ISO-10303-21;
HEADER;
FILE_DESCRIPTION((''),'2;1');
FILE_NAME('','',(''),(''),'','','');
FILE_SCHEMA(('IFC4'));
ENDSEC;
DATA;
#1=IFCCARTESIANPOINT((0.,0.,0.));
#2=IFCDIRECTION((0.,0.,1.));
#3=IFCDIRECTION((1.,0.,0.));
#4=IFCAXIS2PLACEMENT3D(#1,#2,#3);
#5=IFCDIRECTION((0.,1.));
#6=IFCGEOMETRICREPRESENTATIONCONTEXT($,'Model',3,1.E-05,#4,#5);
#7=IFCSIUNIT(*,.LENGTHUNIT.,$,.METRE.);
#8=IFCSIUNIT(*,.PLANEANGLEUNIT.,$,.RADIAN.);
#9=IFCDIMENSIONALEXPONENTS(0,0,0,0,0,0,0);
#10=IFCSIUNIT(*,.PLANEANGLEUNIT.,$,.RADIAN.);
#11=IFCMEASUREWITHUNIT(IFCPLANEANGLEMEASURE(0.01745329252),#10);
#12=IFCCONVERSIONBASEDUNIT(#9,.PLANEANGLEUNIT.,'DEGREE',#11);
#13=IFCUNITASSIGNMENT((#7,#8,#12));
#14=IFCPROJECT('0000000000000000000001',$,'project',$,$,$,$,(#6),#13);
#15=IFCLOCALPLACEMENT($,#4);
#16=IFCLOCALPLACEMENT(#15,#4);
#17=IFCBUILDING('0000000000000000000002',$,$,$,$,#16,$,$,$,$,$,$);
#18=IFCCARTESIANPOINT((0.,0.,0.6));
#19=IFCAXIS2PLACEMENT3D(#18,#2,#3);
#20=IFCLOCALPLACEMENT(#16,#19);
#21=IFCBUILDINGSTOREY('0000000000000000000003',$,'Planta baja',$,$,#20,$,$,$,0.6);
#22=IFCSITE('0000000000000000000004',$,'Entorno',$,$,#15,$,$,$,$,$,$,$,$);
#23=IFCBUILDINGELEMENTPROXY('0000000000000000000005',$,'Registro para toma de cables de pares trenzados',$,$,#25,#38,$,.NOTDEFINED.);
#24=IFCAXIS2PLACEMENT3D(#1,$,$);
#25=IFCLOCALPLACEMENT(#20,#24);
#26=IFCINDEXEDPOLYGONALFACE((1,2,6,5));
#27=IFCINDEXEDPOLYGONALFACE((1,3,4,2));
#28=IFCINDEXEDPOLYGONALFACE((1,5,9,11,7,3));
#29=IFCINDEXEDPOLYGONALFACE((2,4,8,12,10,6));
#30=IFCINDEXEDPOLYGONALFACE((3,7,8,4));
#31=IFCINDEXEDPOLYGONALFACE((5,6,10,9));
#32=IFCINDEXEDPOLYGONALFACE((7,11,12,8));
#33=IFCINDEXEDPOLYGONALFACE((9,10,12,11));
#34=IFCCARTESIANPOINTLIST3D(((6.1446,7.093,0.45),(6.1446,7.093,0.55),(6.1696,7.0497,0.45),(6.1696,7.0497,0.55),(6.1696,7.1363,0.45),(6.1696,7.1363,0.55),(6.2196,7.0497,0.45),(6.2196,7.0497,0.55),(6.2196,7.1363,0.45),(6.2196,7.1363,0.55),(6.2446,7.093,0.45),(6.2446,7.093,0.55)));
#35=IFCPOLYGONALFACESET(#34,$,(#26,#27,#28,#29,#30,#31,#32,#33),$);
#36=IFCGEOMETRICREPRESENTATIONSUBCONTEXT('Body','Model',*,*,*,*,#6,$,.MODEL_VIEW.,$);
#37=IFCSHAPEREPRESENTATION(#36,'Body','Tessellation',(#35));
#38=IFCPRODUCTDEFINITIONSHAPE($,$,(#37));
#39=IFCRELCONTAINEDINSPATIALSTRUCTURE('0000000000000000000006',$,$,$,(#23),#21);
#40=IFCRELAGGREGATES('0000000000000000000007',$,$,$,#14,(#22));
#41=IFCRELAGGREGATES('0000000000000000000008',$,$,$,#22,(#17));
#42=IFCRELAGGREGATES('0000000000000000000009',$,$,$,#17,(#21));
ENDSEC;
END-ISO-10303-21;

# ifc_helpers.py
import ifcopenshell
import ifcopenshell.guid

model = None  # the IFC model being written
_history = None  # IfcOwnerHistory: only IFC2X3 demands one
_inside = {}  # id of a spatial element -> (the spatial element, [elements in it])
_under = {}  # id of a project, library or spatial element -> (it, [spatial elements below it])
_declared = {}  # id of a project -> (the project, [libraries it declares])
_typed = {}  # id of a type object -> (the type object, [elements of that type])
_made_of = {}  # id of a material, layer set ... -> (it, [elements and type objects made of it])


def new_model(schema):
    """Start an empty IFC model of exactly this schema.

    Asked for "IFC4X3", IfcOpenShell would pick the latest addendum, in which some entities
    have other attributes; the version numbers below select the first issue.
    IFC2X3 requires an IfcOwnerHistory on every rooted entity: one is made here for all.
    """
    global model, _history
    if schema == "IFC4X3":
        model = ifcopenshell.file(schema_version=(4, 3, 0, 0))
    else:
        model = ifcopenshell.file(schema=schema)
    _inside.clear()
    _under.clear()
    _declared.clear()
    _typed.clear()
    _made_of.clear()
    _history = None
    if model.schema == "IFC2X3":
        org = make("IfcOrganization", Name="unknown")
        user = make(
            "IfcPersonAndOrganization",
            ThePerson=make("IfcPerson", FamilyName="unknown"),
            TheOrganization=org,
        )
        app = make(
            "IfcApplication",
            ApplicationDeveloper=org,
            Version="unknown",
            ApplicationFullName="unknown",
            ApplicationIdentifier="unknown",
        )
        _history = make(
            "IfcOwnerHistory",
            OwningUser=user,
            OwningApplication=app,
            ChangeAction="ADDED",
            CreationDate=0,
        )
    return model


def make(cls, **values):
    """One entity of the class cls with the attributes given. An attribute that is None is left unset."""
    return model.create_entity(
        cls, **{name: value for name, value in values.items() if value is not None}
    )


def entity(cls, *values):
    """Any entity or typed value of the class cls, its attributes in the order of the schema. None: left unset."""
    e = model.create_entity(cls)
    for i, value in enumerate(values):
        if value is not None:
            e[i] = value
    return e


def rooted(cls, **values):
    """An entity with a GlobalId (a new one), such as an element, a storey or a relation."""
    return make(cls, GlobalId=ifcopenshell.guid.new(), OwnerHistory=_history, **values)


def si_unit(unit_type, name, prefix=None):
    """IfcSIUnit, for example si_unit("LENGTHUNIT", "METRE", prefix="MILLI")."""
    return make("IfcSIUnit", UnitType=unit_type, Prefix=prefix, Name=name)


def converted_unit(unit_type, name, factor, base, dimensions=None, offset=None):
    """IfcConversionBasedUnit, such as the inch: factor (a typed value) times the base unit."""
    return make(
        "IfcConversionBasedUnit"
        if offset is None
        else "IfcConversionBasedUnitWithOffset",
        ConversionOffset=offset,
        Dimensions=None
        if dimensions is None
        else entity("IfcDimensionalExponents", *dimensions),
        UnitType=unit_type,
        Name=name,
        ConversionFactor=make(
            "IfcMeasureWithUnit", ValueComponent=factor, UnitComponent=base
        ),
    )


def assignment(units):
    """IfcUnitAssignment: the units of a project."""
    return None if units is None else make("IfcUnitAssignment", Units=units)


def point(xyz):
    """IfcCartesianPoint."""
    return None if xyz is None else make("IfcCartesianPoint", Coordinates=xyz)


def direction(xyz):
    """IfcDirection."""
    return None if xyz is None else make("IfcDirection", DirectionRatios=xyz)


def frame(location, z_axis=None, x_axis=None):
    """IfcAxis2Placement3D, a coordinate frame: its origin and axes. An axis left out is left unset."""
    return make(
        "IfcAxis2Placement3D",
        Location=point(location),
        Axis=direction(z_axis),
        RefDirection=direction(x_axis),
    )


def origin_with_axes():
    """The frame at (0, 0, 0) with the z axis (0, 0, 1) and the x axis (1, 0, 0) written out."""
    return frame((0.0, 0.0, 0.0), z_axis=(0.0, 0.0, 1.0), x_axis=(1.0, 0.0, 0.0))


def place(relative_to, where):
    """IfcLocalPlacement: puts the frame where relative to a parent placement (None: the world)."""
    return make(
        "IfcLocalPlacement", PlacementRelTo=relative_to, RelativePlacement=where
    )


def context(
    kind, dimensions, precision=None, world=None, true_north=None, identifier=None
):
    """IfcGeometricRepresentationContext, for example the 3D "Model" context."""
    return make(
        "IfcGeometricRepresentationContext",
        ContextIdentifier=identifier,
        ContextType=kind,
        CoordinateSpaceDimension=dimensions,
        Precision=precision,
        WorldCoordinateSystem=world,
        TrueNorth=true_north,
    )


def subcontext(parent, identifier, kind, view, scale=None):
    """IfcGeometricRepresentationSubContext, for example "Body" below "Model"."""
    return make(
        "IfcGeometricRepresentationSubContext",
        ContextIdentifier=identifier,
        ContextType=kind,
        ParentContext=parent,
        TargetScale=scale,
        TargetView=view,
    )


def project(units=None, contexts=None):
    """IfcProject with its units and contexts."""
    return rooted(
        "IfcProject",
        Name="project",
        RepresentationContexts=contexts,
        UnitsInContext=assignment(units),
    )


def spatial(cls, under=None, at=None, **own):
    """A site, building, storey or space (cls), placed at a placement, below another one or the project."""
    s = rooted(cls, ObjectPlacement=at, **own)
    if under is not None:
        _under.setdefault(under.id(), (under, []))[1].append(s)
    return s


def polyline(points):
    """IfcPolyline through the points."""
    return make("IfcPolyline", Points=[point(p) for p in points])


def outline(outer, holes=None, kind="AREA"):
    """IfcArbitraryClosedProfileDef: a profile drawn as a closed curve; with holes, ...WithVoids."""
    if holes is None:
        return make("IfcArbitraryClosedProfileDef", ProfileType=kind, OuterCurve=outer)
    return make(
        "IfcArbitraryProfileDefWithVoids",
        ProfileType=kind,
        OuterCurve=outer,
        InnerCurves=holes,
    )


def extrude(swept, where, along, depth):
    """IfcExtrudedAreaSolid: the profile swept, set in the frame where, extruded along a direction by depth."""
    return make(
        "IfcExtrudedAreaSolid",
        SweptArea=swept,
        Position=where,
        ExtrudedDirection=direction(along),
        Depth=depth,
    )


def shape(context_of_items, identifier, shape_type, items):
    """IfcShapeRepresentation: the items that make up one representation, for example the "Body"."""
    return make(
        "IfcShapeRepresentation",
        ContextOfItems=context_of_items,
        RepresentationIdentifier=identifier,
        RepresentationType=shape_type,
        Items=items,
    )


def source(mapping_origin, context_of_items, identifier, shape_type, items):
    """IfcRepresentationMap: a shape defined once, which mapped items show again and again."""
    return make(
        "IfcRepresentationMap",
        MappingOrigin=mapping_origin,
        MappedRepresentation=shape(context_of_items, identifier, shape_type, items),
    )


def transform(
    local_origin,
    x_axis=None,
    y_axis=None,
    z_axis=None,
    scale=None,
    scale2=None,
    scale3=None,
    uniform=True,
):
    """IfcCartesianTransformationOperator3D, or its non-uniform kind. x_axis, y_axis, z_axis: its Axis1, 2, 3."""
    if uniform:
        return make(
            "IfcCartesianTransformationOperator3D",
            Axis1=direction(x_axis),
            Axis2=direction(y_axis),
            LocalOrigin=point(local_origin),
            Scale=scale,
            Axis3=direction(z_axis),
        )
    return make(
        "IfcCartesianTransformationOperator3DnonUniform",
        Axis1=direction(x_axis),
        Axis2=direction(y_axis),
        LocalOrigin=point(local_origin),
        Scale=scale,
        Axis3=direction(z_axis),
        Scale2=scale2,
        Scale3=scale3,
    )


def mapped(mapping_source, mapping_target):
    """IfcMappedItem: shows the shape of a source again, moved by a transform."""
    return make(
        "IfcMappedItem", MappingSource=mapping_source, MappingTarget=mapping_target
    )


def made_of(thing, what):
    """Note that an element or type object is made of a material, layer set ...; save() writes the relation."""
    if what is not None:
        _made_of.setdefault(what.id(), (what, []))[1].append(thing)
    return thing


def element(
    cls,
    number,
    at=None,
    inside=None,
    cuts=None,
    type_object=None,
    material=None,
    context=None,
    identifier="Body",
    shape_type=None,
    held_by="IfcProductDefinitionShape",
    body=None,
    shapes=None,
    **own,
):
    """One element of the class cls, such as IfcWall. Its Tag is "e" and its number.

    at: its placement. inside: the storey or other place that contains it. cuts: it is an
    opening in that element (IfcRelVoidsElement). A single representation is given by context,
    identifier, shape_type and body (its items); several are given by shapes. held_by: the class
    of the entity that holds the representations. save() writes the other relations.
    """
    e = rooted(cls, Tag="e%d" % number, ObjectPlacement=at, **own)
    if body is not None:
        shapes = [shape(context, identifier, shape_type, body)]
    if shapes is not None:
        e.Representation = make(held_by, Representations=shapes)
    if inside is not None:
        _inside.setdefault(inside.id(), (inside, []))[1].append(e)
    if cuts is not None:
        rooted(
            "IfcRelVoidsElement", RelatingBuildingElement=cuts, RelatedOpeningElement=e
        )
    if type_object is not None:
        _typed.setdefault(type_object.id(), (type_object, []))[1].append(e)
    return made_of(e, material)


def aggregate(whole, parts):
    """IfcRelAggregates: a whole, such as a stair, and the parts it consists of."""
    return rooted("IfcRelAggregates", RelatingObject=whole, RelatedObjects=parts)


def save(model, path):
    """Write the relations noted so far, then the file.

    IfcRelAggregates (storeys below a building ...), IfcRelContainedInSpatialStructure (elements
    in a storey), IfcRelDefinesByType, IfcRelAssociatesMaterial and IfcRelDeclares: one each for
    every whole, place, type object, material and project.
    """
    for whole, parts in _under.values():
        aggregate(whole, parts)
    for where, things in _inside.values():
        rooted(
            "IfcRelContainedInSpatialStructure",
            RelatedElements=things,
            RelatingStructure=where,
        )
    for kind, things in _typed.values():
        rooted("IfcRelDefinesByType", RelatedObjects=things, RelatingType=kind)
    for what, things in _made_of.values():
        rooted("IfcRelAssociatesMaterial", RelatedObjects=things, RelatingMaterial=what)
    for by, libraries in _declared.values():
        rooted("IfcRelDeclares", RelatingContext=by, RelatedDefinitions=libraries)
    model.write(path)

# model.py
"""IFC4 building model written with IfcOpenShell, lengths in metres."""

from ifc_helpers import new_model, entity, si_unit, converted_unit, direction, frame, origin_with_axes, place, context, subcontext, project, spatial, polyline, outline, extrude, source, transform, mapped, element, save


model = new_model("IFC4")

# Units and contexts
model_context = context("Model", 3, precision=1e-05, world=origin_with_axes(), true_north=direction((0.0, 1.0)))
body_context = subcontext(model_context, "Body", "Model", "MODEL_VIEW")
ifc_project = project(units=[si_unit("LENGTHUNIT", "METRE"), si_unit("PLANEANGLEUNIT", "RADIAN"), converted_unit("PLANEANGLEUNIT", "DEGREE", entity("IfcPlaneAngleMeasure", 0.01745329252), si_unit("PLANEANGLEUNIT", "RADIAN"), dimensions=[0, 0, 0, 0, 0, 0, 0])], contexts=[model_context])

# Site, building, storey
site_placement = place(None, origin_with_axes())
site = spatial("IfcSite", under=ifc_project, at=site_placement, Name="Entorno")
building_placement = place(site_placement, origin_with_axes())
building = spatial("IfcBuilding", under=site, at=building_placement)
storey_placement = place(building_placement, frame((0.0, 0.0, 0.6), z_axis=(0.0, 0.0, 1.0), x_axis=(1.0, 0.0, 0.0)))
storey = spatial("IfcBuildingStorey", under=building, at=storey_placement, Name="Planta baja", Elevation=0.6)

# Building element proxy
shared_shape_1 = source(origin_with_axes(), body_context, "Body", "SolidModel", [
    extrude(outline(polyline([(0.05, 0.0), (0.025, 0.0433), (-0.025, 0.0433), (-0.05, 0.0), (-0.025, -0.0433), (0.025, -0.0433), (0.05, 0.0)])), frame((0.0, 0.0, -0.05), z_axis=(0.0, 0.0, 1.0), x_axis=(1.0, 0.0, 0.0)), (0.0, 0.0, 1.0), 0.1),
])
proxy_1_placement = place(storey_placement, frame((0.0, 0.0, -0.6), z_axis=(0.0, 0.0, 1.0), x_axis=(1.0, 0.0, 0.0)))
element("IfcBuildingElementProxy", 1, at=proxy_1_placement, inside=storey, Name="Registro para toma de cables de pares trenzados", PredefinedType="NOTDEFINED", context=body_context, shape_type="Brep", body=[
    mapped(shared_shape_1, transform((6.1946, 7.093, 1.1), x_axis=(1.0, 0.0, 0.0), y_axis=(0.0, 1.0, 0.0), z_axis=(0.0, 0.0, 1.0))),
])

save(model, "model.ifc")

# # # # # # #

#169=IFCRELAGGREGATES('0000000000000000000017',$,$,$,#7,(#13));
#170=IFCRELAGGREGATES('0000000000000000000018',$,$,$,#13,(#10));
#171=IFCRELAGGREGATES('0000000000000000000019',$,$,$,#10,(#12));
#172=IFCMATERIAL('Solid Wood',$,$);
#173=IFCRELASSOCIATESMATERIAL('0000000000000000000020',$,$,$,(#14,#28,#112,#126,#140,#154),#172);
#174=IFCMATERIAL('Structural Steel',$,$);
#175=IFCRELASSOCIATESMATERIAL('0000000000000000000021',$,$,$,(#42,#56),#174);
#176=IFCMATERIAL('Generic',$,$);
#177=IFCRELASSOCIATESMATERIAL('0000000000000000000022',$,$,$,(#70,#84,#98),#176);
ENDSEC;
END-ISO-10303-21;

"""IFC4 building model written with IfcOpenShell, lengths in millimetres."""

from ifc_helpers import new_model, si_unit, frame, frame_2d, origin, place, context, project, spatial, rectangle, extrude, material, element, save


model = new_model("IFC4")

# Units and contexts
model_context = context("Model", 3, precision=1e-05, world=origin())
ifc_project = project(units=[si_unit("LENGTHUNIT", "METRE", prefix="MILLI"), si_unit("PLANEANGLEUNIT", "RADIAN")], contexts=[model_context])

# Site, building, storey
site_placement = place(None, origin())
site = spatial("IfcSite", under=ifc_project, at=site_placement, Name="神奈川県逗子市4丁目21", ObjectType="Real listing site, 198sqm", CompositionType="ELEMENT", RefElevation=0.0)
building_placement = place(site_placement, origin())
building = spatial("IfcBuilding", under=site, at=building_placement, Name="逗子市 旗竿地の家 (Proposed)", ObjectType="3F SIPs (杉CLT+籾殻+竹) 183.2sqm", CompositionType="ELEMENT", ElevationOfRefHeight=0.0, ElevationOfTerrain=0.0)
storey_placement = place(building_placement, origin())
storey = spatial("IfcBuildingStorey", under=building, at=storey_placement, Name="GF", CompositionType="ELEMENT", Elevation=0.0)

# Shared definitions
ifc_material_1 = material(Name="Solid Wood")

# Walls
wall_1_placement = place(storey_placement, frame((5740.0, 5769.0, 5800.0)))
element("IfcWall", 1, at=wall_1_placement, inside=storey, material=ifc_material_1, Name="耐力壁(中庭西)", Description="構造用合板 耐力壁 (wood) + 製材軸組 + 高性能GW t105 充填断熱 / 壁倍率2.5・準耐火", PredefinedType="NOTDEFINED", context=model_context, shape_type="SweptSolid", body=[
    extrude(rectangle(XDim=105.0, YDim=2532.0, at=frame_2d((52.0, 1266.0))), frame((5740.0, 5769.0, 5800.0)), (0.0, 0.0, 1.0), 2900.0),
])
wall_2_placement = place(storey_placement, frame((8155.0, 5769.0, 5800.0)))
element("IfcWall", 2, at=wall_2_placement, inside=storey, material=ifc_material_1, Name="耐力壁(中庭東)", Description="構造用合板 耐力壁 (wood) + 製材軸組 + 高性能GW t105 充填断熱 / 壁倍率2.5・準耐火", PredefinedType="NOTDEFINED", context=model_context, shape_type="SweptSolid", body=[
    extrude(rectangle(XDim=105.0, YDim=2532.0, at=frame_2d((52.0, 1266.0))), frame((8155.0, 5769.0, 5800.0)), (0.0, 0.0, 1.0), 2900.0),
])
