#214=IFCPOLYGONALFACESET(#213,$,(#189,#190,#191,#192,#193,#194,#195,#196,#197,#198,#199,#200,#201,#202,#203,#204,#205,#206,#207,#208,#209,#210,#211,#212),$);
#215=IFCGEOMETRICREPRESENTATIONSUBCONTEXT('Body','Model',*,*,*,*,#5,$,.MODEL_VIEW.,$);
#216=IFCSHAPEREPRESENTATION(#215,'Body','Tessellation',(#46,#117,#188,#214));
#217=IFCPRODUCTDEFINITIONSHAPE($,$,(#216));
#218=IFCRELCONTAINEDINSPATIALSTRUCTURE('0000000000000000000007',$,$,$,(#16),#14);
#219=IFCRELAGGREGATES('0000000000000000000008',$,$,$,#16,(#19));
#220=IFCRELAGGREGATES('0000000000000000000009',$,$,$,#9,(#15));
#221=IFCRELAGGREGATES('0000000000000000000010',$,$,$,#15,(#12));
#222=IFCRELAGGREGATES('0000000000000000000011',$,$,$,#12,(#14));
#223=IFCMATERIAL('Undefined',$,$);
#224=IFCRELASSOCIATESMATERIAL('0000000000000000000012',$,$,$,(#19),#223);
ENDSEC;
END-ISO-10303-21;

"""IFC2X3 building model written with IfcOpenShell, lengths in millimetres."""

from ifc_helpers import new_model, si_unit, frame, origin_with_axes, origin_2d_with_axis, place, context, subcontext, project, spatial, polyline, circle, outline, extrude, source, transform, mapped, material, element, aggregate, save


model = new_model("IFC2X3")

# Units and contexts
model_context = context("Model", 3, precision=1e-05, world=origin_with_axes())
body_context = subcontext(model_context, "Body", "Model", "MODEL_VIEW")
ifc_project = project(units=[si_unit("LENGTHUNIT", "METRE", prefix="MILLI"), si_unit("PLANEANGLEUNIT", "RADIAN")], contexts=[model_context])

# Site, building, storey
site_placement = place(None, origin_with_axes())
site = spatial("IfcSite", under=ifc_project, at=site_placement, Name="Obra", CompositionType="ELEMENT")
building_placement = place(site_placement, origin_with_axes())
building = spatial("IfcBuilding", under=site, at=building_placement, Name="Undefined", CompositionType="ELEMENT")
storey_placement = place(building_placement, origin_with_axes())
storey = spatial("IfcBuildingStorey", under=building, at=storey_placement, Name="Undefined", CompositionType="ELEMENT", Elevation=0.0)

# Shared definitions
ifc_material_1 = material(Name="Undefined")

# # # # # # #

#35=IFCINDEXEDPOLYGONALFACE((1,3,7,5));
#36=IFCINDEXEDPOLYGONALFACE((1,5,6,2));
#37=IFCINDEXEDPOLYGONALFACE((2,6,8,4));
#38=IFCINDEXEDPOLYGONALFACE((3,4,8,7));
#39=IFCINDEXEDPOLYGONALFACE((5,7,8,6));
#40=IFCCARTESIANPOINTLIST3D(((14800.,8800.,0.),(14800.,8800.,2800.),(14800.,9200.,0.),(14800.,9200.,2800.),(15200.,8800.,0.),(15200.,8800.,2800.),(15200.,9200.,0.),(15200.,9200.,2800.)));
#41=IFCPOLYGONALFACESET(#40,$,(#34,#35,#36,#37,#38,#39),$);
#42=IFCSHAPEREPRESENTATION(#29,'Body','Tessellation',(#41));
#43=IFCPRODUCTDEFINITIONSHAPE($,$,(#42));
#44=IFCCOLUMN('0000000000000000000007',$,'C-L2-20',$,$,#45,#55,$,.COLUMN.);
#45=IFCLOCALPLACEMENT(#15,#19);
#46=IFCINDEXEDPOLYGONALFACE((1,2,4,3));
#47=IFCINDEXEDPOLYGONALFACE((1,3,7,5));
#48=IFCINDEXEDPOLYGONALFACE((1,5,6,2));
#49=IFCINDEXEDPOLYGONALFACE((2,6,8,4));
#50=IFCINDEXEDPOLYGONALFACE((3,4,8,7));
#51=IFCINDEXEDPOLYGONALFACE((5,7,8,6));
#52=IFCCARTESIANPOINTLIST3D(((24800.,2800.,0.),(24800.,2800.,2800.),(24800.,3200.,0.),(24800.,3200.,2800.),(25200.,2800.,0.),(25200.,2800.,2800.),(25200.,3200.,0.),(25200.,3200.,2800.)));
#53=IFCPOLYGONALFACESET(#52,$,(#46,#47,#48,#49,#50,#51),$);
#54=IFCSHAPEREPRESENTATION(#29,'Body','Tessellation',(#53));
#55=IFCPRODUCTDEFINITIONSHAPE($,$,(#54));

# # # # # # #

*Exercise goal:*
Whenever the string "Tessellation" shows up in a line of the entries, copy that line.

*Answer to the exercise:*
#37=IFCSHAPEREPRESENTATION(#36,'Body','Tessellation',(#35));
#216=IFCSHAPEREPRESENTATION(#215,'Body','Tessellation',(#46,#117,#188,#214));
#42=IFCSHAPEREPRESENTATION(#29,'Body','Tessellation',(#41));
#54=IFCSHAPEREPRESENTATION(#29,'Body','Tessellation',(#53));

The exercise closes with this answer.